More info on the Red Cross finances:
https://www.charitynavigator.org/index.cfm?bay=search.summary&orgid=3277

The Salvation Army does have more overhead with only .82 cents going to programs. They do have more programs to help people with.
The Salvation Army - Ways We Help

More financial info on the Salvation Army:
Charity Report - Salvation Army (National Corporation) - give.org

Share on Social media if you are sick of God being taken away from the people.


----------



## csi-tech (Apr 13, 2013)

I have prayed for many accident victims. Usually to myself but occasionally, aloud in the pouring rain while they are slipping away. Still haven't been fired. No apologies will be offered.


----------



## Camel923 (Aug 13, 2014)

We all still have choices on how to donate money. Efficiency is one consideration. Christian values is another. If I do not approve a charitiy's actions or message, the only donation fourth coming is "Get off my lawn". Someone else may feel differently but that's America.


----------



## Denton (Sep 18, 2012)

I haven't donated a cent to the Red Cross since 1986.


----------



## Slippy (Nov 14, 2013)

Evil exists when good men do nothing. 

I suspect that there is evil in the Red Cross and I suspect there is good in the Red Cross. The trick, Grasshopper, is determining where each are.


----------



## Oddcaliber (Feb 17, 2014)

Political correctness at its finest.


----------



## Illini Warrior (Jan 24, 2015)

more of an individual problem than a Red Cross organization concern .... this worker was atheist or a cop hater or some other BS ....
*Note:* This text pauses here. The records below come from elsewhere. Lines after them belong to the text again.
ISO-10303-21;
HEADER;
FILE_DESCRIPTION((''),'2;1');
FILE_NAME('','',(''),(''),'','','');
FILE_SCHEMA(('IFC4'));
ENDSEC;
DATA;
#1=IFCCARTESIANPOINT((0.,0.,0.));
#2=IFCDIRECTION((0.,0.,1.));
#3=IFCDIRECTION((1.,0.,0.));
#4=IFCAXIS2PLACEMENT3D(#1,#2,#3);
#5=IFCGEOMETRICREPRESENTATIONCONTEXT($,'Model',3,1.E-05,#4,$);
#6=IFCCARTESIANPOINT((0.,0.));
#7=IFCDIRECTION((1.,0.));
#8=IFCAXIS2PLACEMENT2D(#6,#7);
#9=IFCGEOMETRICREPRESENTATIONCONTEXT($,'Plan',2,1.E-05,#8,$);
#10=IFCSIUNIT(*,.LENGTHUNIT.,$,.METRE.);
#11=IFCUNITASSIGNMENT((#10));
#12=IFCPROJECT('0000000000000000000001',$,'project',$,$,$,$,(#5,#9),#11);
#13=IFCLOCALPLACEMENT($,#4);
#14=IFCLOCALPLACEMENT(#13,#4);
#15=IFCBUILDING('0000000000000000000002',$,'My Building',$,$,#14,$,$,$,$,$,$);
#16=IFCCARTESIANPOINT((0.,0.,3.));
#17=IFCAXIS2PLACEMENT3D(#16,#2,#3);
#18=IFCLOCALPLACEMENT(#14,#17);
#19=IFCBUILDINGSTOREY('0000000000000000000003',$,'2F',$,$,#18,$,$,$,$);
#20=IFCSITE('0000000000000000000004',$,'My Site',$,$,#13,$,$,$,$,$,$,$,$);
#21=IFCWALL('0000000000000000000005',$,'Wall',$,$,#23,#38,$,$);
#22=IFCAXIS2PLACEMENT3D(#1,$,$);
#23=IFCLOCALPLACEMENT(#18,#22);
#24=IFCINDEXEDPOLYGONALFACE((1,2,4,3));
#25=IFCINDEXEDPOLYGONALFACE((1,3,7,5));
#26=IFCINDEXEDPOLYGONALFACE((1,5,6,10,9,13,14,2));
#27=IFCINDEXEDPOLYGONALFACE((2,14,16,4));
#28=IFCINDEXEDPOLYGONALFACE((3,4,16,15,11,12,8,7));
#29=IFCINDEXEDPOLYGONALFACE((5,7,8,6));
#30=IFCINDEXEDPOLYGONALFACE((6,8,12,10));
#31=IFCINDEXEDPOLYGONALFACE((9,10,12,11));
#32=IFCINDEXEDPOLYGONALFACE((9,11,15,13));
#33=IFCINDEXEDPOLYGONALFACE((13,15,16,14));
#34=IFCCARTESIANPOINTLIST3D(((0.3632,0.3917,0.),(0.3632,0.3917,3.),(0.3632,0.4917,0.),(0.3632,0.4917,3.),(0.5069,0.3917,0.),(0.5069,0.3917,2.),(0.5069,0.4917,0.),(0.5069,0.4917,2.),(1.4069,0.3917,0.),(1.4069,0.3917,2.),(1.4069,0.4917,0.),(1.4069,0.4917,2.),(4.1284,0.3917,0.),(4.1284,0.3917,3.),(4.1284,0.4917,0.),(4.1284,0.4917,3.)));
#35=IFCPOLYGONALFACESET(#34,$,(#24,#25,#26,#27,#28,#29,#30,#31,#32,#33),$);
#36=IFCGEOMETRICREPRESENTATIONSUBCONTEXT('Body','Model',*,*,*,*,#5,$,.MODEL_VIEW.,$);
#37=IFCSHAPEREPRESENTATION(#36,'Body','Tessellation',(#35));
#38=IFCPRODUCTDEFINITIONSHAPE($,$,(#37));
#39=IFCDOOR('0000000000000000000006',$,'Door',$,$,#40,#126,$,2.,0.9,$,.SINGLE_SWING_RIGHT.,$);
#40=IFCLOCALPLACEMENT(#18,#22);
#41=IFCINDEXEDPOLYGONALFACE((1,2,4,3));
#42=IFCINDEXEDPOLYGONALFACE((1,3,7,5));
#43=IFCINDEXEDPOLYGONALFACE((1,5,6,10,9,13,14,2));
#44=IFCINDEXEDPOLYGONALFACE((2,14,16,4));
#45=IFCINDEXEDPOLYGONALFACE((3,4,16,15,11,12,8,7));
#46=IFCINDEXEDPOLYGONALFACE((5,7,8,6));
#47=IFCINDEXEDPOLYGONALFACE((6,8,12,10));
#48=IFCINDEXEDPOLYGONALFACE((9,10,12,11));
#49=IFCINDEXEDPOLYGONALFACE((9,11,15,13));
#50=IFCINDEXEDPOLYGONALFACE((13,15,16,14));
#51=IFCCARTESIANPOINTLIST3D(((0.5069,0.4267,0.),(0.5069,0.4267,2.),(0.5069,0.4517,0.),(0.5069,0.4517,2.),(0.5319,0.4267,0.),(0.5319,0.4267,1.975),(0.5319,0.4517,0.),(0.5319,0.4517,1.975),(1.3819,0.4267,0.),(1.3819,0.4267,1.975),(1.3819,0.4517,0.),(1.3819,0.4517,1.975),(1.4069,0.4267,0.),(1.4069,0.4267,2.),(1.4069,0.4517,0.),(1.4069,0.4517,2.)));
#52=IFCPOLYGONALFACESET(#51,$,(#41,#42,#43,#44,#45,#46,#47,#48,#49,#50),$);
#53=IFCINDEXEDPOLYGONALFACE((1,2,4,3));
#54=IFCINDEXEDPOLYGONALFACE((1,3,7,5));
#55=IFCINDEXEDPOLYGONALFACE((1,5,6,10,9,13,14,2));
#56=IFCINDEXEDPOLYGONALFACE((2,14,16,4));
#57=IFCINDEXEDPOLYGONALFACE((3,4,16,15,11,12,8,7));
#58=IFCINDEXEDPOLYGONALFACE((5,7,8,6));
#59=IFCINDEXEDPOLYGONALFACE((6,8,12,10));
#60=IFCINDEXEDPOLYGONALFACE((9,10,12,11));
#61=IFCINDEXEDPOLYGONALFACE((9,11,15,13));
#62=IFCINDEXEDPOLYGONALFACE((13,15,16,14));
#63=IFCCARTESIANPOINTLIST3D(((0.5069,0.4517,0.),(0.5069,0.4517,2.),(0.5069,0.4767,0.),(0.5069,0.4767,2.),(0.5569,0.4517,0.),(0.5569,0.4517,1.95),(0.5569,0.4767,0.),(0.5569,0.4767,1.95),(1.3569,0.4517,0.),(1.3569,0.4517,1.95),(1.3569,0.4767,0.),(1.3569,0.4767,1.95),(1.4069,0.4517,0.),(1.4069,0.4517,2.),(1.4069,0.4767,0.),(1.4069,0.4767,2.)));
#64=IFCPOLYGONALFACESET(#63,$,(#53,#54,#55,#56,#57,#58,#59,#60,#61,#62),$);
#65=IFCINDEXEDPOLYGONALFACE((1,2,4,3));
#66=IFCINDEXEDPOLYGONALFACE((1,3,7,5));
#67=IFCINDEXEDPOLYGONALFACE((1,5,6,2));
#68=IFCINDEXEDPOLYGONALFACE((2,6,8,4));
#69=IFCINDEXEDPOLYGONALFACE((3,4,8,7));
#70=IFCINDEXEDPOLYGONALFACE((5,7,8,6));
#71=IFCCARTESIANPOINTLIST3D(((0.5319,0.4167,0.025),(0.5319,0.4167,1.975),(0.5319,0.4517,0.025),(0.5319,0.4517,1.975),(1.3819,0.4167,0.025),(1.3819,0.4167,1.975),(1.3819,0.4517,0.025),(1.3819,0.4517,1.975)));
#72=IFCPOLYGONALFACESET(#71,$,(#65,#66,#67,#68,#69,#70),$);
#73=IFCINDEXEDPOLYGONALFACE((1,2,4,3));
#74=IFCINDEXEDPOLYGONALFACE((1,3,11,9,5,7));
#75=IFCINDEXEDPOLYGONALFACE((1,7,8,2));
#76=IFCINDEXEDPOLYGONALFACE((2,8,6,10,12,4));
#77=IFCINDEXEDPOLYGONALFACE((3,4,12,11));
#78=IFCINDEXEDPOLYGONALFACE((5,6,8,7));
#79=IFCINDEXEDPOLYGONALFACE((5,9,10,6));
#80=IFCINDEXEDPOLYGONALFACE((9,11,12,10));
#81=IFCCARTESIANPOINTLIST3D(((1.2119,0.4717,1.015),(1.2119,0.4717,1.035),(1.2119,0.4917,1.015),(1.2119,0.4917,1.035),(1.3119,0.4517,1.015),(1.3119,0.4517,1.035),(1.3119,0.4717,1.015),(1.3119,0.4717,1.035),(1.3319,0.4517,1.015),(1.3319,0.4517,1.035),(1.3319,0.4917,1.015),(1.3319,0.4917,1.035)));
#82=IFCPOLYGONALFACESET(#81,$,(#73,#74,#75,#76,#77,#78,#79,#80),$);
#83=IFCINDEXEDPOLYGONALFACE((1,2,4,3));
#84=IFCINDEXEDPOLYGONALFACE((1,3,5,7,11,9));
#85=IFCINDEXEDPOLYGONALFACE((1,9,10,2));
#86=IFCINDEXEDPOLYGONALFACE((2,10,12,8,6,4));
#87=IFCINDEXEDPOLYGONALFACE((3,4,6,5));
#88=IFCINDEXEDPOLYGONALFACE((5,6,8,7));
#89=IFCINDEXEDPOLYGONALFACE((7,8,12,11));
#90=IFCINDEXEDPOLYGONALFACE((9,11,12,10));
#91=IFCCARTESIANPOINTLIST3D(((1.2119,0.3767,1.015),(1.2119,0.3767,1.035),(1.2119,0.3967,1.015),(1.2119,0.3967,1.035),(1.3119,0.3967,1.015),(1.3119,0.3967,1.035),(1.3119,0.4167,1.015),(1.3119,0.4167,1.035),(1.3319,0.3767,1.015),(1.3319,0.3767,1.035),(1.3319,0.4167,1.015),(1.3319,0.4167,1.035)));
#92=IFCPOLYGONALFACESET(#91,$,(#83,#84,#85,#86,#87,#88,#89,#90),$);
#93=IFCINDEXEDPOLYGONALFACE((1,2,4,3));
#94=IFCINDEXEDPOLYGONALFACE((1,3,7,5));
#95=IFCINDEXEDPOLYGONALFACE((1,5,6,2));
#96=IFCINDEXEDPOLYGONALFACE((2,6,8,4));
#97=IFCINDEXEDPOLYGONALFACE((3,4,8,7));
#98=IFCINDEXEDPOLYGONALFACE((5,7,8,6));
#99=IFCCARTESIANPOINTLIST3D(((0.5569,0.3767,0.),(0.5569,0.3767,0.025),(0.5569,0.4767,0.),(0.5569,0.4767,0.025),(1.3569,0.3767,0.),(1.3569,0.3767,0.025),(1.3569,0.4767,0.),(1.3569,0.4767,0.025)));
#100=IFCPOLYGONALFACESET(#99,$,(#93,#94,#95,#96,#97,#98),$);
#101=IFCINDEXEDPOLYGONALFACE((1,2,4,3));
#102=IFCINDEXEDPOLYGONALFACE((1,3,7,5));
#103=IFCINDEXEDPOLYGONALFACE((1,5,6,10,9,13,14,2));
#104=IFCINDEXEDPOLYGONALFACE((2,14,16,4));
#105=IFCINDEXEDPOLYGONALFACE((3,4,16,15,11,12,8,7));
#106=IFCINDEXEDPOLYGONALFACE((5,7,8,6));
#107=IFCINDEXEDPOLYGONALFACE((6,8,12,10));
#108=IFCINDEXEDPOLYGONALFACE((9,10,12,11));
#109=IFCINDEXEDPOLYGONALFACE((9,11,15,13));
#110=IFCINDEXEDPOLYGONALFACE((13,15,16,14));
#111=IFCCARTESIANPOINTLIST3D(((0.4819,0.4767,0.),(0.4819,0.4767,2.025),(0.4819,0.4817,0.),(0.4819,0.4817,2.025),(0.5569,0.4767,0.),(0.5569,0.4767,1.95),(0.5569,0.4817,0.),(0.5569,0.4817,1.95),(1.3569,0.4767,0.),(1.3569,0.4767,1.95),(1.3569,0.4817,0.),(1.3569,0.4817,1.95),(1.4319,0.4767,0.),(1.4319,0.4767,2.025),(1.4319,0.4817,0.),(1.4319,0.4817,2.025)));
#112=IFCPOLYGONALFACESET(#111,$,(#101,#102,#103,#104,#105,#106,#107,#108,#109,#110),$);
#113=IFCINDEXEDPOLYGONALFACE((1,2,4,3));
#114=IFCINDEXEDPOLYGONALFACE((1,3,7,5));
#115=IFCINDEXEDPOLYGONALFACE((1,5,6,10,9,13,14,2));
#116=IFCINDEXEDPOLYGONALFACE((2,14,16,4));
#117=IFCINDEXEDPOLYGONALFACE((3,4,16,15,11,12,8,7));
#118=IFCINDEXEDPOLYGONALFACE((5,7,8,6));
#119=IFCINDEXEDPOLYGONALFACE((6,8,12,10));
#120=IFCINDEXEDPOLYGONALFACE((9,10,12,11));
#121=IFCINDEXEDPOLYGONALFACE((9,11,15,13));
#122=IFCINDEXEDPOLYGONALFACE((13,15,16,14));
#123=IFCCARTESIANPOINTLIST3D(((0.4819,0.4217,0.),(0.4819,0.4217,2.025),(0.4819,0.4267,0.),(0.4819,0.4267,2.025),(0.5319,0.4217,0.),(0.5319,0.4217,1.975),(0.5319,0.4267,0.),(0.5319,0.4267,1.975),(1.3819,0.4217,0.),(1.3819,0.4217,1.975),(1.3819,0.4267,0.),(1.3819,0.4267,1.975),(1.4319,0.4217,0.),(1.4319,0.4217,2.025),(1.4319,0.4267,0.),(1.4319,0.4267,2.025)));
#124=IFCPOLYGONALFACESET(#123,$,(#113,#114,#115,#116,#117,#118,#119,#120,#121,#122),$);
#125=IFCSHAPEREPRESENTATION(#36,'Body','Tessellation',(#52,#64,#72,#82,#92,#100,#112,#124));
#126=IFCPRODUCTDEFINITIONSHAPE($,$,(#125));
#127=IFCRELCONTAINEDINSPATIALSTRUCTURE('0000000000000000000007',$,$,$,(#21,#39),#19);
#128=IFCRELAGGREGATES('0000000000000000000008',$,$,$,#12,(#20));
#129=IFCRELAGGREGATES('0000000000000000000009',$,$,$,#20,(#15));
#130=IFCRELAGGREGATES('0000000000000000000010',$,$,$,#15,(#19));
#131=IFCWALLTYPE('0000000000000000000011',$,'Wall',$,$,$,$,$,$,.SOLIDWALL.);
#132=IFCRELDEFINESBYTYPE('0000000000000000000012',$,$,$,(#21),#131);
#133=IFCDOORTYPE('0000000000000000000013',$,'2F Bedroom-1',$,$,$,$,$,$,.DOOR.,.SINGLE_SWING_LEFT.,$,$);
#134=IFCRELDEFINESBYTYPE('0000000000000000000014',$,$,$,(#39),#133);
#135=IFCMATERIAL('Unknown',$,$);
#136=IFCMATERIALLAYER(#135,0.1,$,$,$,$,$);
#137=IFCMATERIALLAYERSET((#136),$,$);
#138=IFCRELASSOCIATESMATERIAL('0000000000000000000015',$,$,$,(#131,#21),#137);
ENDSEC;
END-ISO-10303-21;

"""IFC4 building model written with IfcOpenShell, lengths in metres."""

from ifc_helpers import new_model, entity, si_unit, frame, origin_with_axes, origin_2d_with_axis, place, context, subcontext, project, spatial, line, indexed_curve, outline, extrude, shape, source, transform, mapped, material, layer, layer_set, layer_usage, type_object, type_shapes, element, fill, save


model = new_model("IFC4")

# Units and contexts
model_context_1 = context("Model", 3, precision=1e-05, world=origin_with_axes())
plan_context = context("Plan", 2, precision=1e-05, world=origin_2d_with_axis())
body_context_1 = subcontext(model_context_1, "Body", "Model", "MODEL_VIEW")
body_context_2 = subcontext(plan_context, "Body", "Plan", "PLAN_VIEW")
ifc_project = project(units=[si_unit("LENGTHUNIT", "METRE")], contexts=[model_context_1, plan_context])

# Site, building, storey
site_placement = place(None, origin_with_axes())
site = spatial("IfcSite", under=ifc_project, at=site_placement, Name="My Site")
building_placement = place(site_placement, origin_with_axes())
building = spatial("IfcBuilding", under=site, at=building_placement, Name="My Building")
storey_placement = place(building_placement, frame((0.0, 0.0, 3.0), z_axis=(0.0, 0.0, 1.0), x_axis=(1.0, 0.0, 0.0)))
storey = spatial("IfcBuildingStorey", under=building, at=storey_placement, Name="2F")

# Shared definitions
ifc_material = material(Name="Unknown")

# Shared definitions
ifc_layer_1 = layer(ifc_material, 0.1)
ifc_layer_set_1 = layer_set([ifc_layer_1])
wall_type = type_object("IfcWallType", Name="Wall", PredefinedType="SOLIDWALL", material=ifc_layer_set_1)

# Wall, opening, door
ifc_layer_usage_1 = layer_usage(ifc_layer_set_1, "AXIS2", "POSITIVE", 0.0)
wall_1_placement = place(storey_placement, frame((4.1284, 0.4917, 0.0), z_axis=(0.0, 0.0, 1.0), x_axis=(-1.0, 0.0, 0.0)))
wall_1 = element("IfcWall", 1, at=wall_1_placement, inside=storey, type_object=wall_type, material=ifc_layer_usage_1, Name="Wall", context=body_context_1, shape_type="SweptSolid", body=[
    extrude(outline(indexed_curve([(0.0, 0.0), (0.0, 0.1), (3.7652, 0.1), (3.7652, 0.0)], segments=[line(1, 2, 3, 4, 1)])), origin_with_axes(), (0.0, 0.0, 1.0), 3.0),
])
shared_shape_1 = source(origin_with_axes(), body_context_1, "Body", "SweptSolid", [
    extrude(outline(indexed_curve([(0.0, 0.0), (0.9, 0.0), (0.9, 2.0), (0.0, 2.0)], segments=[line(1, 2, 3, 4, 1)])), frame((0.0, -0.6, 0.0), z_axis=(0.0, -1.0, 0.0), x_axis=(1.0, 0.0, 0.0)), (0.0, 0.0, -1.0), 1.2),
])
these relief organizations are uber liberal and pretty much a collection of dumbazz liberals - but still better than having FEMA breathing down your neck ...


----------



## Jakthesoldier (Feb 1, 2015)

MaterielGeneral said:


> A law enforcement officer said he was asked to leave a Red Cross shelter in Lafayette, Louisiana after he prayed with several flood victims.
> 
> Good Lord! Cop says Red Cross told him not to pray with flood victims | Fox News
> If you want to donate to a charity, then donate to the Salvation Army. I feel they do more good to the community you live in.
> ...


I'm going to go ahead and say that your info is skewed. The money that goes to the programs goes to wages of its "volunteers". They make most of their money by selling donated goods in their stores instead of giving them to those in need. I have been in salvation army distribution lines, and they only had food for a small number of people, and the food was mostly junk, expired, and/or unfit for human consumption. Moldy bread, dehydrated ground meats, expired milk and canned goods, spaghetti-Os, stuff like that. These foods are provided to people who live under bridges, but get arrested for building a campfire to actually prepare the food they are given. Those who cannot prepare foods or store them are directed to missions that turn away 2/3 of the people in their lines each night. I have shopped, and Shoots enjoys shopping at their stores, but it is difficult to find things that are actually desirable since most donations are made by people getting rid of stuff that they never wanted to begin with, like gaudy "silver" flatware and clothing from stores most people don't even know exist. They sell computers from the early 90s at 2010-2015 prices and it is clear that the majority of their stock is obtained from the dead elderly who's children don't want anything to do with their possessions, or have no living relatives.


----------



## MaterielGeneral (Jan 27, 2015)

I'm calling B.S., apparently you haven't visited the websites that break down the finances from both agencies. Yeah, some employees get paid but volunteers do not. In my twenties I needed assistance and received food from the Salvation Army and everything was fine., I cant see them giving out moldy bread. As far as where the needy eat their given food, not their problem. Its not their job to make sure people are staying legal. Shelters only hold so many people. The early bird gets the worm. Shopping at their stores, I do too, like all non profit stores, they do not control what donations they receive. Here in Michigan we also have Good Will stores and they do not always get the top of the line donations. Donations are donations, they help offset operational costs.


----------



## RedLion (Sep 23, 2015)

And if I were the cop I would tell them to F off and carry on.


----------



## MaterielGeneral (Jan 27, 2015)

RedLion said:


> And if I were the cop I would tell them to F off and carry on.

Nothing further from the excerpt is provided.